La necesaria independencia de las naciones de la región encontró en el Héroe Nacional de Cuba, cuyo 150 aniversario de su natalicio estaremos celebrando este año, la exposición de un proyecto político-revolucionario con sentido universal y cuyo valor se afianzó en la respuesta no solo a la urgencia de independizar las colonias residuales del régimen español en América, sino, sobre todo, en la voluntad de resolver un grave problema que se le presentaba al mundo.

JOSE Martí pensó y actuó fundamentalmente al servicio de la que él llamó nuestra América, con una perspectiva que giraba en torno a la lucha anticolonial y que, si no tuvo como eje el papel de la lucha de clases, sí incluyó una justiciera identificación con los pobres. Por su parte, Carlos Marx, en Europa, había contado con que del seno del capitalismo de mayor desarrollo emergiera la construcción socialista; Martí, desde su observatorio neoyorquino, detectó que se ponía en marcha un creciente expansionismo, y se propuso contribuir, con la independencia de nuestra América, a ponerle freno.

Pudiera suponerse que tanto el proyecto marxista —enriquecido luego por Lenin en otras circunstancias y con frutos cuya actual negación no es responsabilidad suya ni de sus continuadores legítimos— como el martiano —cuya frustración temporal también toman como pretexto los desertores de siempre— fueron víctimas de ilusiones. Pero más justo sería pensar y sostener que ambos llegaron a plantearse fines sin cuyo logro la humanidad caminaría hacia la destrucción: está caminando hacia ella, lo que, por suerte, no es forzosamente irreversible.

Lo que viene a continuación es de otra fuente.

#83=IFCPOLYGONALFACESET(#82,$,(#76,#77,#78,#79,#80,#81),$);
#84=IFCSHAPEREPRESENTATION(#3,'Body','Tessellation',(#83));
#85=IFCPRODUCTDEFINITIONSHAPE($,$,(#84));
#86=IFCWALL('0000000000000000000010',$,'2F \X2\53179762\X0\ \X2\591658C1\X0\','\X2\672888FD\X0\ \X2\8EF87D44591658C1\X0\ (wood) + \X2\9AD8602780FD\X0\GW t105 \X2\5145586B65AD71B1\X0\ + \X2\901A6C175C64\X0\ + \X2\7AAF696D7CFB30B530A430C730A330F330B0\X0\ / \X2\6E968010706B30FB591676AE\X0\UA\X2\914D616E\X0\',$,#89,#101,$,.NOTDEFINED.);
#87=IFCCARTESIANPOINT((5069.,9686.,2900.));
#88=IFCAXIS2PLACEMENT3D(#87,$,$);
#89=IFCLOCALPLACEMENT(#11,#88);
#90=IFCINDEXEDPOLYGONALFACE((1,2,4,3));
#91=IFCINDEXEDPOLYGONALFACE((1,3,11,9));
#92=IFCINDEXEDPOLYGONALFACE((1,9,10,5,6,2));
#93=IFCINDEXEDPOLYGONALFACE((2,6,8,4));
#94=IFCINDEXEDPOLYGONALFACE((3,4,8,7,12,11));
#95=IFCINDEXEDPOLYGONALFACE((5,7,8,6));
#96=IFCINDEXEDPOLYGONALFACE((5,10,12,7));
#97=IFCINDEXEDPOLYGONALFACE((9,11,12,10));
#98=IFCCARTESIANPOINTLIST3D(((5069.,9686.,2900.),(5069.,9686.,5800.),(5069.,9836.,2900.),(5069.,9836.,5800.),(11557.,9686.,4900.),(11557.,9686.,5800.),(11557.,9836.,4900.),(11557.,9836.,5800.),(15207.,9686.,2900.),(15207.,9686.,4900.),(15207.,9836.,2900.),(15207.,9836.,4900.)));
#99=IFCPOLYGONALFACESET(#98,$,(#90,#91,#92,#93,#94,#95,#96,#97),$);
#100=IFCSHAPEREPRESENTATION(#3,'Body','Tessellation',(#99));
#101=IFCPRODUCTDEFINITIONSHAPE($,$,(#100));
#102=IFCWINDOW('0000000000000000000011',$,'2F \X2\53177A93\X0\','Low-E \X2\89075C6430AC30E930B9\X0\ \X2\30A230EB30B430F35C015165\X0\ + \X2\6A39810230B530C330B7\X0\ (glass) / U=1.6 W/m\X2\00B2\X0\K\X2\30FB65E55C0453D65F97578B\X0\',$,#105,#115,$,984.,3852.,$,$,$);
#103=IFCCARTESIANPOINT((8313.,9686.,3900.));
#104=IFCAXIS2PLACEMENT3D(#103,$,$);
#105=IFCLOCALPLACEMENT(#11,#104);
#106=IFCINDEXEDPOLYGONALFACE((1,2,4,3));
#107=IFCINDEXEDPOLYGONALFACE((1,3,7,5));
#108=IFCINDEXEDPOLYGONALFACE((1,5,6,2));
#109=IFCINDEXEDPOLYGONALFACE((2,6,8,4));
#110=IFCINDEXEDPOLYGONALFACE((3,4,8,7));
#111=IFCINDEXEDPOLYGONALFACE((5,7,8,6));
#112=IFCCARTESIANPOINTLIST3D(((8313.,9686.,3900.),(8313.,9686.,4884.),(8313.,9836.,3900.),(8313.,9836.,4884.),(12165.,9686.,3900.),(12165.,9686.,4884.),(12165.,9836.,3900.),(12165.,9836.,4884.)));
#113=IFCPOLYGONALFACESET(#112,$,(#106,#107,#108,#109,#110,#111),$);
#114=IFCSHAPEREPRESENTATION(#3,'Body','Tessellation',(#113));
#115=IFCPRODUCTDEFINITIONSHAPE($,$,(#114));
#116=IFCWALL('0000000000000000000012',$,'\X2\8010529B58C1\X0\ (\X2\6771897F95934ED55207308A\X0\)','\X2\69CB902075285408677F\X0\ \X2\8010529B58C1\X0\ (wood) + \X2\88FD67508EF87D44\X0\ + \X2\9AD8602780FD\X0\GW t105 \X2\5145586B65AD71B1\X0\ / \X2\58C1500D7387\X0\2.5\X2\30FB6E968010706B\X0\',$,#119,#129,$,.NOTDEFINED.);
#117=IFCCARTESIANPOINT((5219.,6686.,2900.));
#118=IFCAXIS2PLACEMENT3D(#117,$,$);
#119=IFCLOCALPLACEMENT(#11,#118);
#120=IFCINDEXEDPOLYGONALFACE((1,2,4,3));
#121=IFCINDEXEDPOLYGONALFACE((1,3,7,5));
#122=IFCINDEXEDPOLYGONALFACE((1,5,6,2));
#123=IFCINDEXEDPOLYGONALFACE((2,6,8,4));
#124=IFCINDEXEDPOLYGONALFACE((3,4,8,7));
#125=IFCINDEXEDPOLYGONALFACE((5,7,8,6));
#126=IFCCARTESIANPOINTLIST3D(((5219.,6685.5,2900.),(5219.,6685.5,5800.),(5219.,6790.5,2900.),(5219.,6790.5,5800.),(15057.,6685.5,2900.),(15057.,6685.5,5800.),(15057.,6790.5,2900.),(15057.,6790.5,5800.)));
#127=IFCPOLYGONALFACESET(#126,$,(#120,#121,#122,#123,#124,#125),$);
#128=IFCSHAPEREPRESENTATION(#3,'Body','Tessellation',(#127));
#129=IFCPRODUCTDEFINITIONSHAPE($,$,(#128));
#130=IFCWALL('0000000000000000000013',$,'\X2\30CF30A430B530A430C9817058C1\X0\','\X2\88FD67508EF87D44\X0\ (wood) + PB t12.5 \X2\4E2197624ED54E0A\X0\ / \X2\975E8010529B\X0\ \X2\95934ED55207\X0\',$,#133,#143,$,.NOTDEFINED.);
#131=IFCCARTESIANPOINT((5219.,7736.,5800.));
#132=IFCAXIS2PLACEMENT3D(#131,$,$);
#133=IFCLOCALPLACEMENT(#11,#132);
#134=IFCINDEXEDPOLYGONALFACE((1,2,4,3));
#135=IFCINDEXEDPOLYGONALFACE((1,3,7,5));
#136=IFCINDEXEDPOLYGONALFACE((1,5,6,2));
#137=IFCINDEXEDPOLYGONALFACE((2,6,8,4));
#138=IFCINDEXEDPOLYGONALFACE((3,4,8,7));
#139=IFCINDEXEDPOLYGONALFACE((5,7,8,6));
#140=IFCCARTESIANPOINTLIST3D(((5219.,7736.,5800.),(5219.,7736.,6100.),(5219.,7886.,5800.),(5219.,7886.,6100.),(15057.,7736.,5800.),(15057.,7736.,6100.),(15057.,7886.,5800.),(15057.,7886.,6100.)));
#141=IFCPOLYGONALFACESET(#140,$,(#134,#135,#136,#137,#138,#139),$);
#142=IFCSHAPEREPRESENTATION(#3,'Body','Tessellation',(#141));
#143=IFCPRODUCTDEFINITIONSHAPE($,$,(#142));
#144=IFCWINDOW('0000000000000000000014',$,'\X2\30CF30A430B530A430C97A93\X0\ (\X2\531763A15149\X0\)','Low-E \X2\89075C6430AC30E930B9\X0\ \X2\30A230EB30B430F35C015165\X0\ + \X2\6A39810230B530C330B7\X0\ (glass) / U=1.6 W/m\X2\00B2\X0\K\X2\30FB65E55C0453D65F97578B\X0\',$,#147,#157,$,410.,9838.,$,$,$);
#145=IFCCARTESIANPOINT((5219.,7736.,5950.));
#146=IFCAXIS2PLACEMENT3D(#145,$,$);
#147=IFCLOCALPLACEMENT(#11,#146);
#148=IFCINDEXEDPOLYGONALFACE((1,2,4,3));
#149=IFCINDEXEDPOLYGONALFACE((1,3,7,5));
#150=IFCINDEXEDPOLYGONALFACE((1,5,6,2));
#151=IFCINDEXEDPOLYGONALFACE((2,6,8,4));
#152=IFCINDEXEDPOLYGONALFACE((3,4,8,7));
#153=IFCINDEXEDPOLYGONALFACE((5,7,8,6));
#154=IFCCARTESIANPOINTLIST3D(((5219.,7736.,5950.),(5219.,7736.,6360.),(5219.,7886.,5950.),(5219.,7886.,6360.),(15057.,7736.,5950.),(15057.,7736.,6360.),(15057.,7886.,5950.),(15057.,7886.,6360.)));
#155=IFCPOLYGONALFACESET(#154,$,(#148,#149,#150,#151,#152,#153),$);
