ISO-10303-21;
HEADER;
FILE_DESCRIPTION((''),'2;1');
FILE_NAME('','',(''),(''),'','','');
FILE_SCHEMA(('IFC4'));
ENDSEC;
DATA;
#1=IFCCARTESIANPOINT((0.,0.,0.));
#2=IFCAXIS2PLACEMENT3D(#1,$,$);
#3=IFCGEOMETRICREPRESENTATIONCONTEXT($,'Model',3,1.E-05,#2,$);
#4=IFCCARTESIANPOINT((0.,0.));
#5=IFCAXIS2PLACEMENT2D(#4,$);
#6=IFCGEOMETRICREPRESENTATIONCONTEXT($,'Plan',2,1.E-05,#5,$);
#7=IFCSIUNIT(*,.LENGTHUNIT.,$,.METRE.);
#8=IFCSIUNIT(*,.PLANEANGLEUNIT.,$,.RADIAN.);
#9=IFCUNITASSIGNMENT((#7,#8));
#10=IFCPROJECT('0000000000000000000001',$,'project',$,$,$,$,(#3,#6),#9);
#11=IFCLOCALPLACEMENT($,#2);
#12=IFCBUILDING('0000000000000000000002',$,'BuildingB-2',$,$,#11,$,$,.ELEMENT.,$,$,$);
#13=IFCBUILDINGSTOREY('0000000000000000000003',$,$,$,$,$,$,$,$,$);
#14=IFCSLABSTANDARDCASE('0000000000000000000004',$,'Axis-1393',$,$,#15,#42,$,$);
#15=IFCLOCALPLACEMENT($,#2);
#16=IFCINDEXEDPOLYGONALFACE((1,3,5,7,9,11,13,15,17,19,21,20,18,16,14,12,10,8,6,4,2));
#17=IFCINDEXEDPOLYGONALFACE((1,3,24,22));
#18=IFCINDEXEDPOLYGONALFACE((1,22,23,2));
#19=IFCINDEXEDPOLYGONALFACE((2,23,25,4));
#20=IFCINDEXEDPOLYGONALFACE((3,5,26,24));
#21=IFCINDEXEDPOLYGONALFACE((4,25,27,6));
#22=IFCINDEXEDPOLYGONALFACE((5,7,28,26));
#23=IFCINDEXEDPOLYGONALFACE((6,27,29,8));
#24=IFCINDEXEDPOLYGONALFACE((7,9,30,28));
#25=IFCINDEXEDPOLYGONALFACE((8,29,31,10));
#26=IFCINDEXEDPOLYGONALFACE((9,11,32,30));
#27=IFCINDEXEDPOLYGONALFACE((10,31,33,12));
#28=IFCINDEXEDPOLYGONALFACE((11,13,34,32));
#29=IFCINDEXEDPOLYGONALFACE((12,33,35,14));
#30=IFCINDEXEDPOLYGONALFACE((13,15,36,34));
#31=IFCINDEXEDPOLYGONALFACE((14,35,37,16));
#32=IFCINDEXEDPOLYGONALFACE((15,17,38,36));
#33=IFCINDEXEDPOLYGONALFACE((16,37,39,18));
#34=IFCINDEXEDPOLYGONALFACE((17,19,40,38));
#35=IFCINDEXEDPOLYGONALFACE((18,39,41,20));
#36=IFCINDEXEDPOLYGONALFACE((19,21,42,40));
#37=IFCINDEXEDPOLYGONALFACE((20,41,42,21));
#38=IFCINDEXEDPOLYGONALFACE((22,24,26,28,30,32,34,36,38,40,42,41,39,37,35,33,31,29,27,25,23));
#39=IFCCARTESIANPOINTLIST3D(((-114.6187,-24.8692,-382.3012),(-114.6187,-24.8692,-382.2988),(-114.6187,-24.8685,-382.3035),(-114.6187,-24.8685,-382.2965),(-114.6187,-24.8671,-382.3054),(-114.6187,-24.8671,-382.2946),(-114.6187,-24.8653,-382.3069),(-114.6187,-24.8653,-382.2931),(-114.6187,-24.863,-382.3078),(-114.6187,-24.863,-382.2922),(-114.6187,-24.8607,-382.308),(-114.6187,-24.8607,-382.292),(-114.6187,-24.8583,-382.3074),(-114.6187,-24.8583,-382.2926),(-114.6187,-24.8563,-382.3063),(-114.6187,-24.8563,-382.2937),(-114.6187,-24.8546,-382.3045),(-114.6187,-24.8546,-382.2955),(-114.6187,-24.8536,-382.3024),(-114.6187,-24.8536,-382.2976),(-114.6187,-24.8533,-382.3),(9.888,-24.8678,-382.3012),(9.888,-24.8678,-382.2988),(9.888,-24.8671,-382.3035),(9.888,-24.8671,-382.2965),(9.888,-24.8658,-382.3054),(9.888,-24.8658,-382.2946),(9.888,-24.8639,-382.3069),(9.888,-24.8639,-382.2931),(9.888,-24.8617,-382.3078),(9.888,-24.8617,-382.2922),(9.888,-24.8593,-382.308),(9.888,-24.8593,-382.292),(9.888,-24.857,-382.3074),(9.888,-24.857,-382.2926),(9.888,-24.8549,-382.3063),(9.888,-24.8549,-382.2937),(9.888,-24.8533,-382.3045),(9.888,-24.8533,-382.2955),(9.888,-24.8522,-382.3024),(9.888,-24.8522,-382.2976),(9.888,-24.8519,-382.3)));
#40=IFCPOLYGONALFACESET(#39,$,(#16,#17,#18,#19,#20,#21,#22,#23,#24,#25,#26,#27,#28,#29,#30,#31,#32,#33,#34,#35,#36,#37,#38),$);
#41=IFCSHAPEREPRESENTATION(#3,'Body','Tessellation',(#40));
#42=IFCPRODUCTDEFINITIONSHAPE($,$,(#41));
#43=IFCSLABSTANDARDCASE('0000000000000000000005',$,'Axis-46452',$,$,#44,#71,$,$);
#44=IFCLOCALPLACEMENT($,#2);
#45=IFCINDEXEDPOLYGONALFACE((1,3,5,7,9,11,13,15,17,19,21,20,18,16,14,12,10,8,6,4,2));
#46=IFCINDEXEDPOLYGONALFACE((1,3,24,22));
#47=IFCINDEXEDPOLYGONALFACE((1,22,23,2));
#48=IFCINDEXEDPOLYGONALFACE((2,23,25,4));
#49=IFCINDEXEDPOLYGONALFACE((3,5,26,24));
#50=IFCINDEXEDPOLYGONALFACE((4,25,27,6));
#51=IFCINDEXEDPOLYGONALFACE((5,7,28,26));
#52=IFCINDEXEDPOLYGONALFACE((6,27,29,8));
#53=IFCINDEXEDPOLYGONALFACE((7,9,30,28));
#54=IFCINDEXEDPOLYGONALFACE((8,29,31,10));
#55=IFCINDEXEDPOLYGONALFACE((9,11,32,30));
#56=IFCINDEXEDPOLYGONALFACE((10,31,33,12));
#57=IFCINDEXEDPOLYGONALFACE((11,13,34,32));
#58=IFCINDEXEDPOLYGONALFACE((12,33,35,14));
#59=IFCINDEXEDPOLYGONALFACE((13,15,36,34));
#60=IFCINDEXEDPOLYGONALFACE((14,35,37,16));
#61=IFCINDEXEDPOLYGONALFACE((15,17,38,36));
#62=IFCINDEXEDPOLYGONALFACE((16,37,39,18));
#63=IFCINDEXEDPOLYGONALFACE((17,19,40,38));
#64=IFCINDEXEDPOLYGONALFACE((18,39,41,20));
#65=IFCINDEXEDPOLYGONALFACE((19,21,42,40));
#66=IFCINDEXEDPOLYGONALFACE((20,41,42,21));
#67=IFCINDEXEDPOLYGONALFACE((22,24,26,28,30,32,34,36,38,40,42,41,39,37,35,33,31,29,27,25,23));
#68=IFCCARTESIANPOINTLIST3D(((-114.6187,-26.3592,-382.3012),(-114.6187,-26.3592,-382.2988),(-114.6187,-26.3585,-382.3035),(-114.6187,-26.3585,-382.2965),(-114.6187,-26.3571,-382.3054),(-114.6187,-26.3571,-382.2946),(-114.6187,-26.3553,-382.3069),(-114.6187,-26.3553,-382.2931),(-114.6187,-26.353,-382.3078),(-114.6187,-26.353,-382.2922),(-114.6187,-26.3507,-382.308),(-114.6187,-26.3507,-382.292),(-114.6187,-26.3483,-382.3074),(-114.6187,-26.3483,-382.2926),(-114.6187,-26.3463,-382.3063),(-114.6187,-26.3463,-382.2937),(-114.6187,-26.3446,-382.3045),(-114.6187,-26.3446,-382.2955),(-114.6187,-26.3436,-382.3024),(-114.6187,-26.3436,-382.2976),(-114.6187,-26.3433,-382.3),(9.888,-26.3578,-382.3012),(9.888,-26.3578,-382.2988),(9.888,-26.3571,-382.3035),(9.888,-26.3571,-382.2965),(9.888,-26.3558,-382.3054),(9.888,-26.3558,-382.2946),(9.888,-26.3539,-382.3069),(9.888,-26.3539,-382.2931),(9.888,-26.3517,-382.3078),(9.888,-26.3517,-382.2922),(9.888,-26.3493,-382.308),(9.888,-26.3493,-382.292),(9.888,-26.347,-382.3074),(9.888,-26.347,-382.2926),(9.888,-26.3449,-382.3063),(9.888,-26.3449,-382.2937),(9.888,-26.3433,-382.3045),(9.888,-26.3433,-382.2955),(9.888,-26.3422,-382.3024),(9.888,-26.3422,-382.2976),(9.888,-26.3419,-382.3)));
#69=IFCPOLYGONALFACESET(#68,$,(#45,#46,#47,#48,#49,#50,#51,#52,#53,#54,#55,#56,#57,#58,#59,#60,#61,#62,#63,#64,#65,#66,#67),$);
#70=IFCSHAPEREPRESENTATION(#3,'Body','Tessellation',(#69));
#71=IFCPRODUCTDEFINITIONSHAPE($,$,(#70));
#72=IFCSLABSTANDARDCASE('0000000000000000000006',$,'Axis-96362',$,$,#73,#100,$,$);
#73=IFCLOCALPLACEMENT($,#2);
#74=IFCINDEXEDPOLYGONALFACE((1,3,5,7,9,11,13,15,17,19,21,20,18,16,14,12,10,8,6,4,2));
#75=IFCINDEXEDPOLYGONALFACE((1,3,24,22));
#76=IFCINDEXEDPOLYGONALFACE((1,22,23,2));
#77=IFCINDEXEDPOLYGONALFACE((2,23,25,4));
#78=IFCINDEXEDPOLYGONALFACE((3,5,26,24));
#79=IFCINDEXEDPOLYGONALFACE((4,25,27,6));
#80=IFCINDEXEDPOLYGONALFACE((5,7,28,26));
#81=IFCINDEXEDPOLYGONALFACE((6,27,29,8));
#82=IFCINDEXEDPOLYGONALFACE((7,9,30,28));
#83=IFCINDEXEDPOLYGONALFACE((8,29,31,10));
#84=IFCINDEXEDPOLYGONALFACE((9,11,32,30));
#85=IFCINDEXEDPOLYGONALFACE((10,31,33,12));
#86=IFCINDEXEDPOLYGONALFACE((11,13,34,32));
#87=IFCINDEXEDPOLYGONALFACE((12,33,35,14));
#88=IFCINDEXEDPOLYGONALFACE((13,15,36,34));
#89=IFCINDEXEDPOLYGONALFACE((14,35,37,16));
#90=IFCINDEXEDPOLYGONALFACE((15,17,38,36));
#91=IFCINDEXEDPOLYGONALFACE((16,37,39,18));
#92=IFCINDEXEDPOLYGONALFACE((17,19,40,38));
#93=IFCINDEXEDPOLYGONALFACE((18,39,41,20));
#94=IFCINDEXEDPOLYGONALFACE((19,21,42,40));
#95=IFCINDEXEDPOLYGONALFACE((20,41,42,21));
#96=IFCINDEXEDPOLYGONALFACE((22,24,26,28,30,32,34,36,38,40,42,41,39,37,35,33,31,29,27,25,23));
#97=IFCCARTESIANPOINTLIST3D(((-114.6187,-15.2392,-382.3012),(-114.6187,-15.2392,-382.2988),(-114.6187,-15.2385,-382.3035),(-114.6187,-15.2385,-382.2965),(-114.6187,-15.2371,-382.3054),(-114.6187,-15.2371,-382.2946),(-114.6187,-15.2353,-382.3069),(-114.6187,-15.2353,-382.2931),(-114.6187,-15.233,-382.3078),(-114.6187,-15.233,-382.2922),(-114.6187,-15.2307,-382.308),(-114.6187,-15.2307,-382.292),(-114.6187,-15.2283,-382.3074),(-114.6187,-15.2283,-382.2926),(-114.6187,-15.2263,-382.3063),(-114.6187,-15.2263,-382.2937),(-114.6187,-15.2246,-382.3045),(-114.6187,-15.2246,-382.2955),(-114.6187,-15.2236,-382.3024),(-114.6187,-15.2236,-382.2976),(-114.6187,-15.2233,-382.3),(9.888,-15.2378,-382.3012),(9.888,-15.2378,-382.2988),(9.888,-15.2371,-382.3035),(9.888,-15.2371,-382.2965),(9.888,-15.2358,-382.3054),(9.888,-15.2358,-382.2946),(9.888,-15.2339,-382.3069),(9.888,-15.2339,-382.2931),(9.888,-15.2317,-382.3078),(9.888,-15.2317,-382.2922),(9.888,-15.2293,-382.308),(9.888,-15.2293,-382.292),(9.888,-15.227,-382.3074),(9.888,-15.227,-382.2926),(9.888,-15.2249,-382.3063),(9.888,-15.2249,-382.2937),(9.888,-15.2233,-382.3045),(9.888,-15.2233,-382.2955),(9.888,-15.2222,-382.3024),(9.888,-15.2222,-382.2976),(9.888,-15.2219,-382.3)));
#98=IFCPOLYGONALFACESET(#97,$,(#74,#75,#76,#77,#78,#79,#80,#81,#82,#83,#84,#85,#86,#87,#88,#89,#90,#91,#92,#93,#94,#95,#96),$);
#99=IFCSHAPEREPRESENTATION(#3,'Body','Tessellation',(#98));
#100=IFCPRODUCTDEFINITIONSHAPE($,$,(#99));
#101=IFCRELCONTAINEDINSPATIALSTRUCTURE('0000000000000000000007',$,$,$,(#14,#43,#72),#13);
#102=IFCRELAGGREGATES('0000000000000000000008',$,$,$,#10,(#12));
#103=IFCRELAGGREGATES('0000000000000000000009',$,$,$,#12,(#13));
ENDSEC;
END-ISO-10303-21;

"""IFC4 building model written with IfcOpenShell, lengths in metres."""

from ifc_helpers import new_model, entity, si_unit, origin, origin_2d, place, context, project, spatial, element, save


model = new_model("IFC4")

# Units and contexts
model_context = context("Model", 3, precision=1e-05, world=origin())
plan_context = context("Plan", 2, precision=1e-05, world=origin_2d())
ifc_project = project(units=[si_unit("LENGTHUNIT", "METRE"), si_unit("PLANEANGLEUNIT", "RADIAN")], contexts=[model_context, plan_context])

# Building, storey
building_placement = place(None, origin())
building = spatial("IfcBuilding", under=ifc_project, at=building_placement, Name="BuildingB-2", CompositionType="ELEMENT")
storey = spatial("IfcBuildingStorey", under=building)

# Slabs
element("IfcSlabStandardCase", 1, inside=storey, Name="Axis-1393", context=model_context, shape_type="AdvancedSweptSolid", body=[
    entity("IfcSurfaceCurveSweptAreaSolid", entity("IfcCircleProfileDef", "AREA", None, None, 0.008), None, entity("IfcPolyline", [entity("IfcCartesianPoint", [-9.888, 24.8599, 382.3]), entity("IfcCartesianPoint", [114.6187, 24.8613, 382.3])]), None, None, entity("IfcPlane", entity("IfcAxis2Placement3D", entity("IfcCartesianPoint", [-9.888, 24.8599, 382.3]), entity("IfcDirection", [0.0, 0.0, 1.0]), entity("IfcDirection", [1.0, 0.0, 0.0])))),
    entity("IfcSurfaceCurveSweptAreaSolid", entity("IfcCircleProfileDef", "AREA", None, None, 0.008), None, entity("IfcCircle", entity("IfcAxis2Placement2D", entity("IfcCartesianPoint", [-10.1215, 24.8599, 382.3])), 0.35), None, None, entity("IfcPlane", entity("IfcAxis2Placement3D", entity("IfcCartesianPoint", [-10.1215, 24.8599, 382.3]), entity("IfcDirection", [0.0, 0.0, 1.0]), entity("IfcDirection", [1.0, 0.0, 0.0])))),
    entity("IfcSurfaceCurveSweptAreaSolid", entity("IfcCircleProfileDef", "AREA", None, None, 0.008), None, entity("IfcCircle", entity("IfcAxis2Placement2D", entity("IfcCartesianPoint", [114.8522, 24.8613, 382.3])), 0.35), None, None, entity("IfcPlane", entity("IfcAxis2Placement3D", entity("IfcCartesianPoint", [114.8522, 24.8613, 382.3]), entity("IfcDirection", [0.0, 0.0, 1.0]), entity("IfcDirection", [1.0, 0.0, 0.0])))),
])
element("IfcSlabStandardCase", 2, inside=storey, Name="Axis-46452", context=model_context, shape_type="AdvancedSweptSolid", body=[
    entity("IfcSurfaceCurveSweptAreaSolid", entity("IfcCircleProfileDef", "AREA", None, None, 0.008), None, entity("IfcPolyline", [entity("IfcCartesianPoint", [-9.888, 26.3499, 382.3]), entity("IfcCartesianPoint", [114.6187, 26.3513, 382.3])]), None, None, entity("IfcPlane", entity("IfcAxis2Placement3D", entity("IfcCartesianPoint", [-9.888, 26.3499, 382.3]), entity("IfcDirection", [0.0, 0.0, 1.0]), entity("IfcDirection", [1.0, 0.0, 0.0])))),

La idea del equilibrio del mundo —también presente de alguna manera en la aspiración de justicia social propia del marxismo— tiene múltiples raíces y pudo llegarle a Martí especialmente desde Bolívar, quien, sin que aún existiera el imperialismo, fue capaz de vaticinar que los Estados Unidos parecían destinados a plagar de miseria a nuestra América “en nombre de la libertad”. Pero aquella idea, hoy más acuciante que en ningún otro momento de la historia, se fortaleció en Martí con las señales del Congreso Internacional de Washington, reunido en esa ciudad, por iniciativa de la nación anfitriona, en el invierno de 1889-1890. Las maniobras y las tendencias del foro, primero de una serie al servicio del panamericanismo imperialista, le confirmaron que en sus cálculos para dominar políticamente a nuestra América —y en ese camino al mundo todo— por la vía del mercado, los gobernantes de los Estados Unidos incluían “la complicidad posible de las repúblicas venales o débiles”.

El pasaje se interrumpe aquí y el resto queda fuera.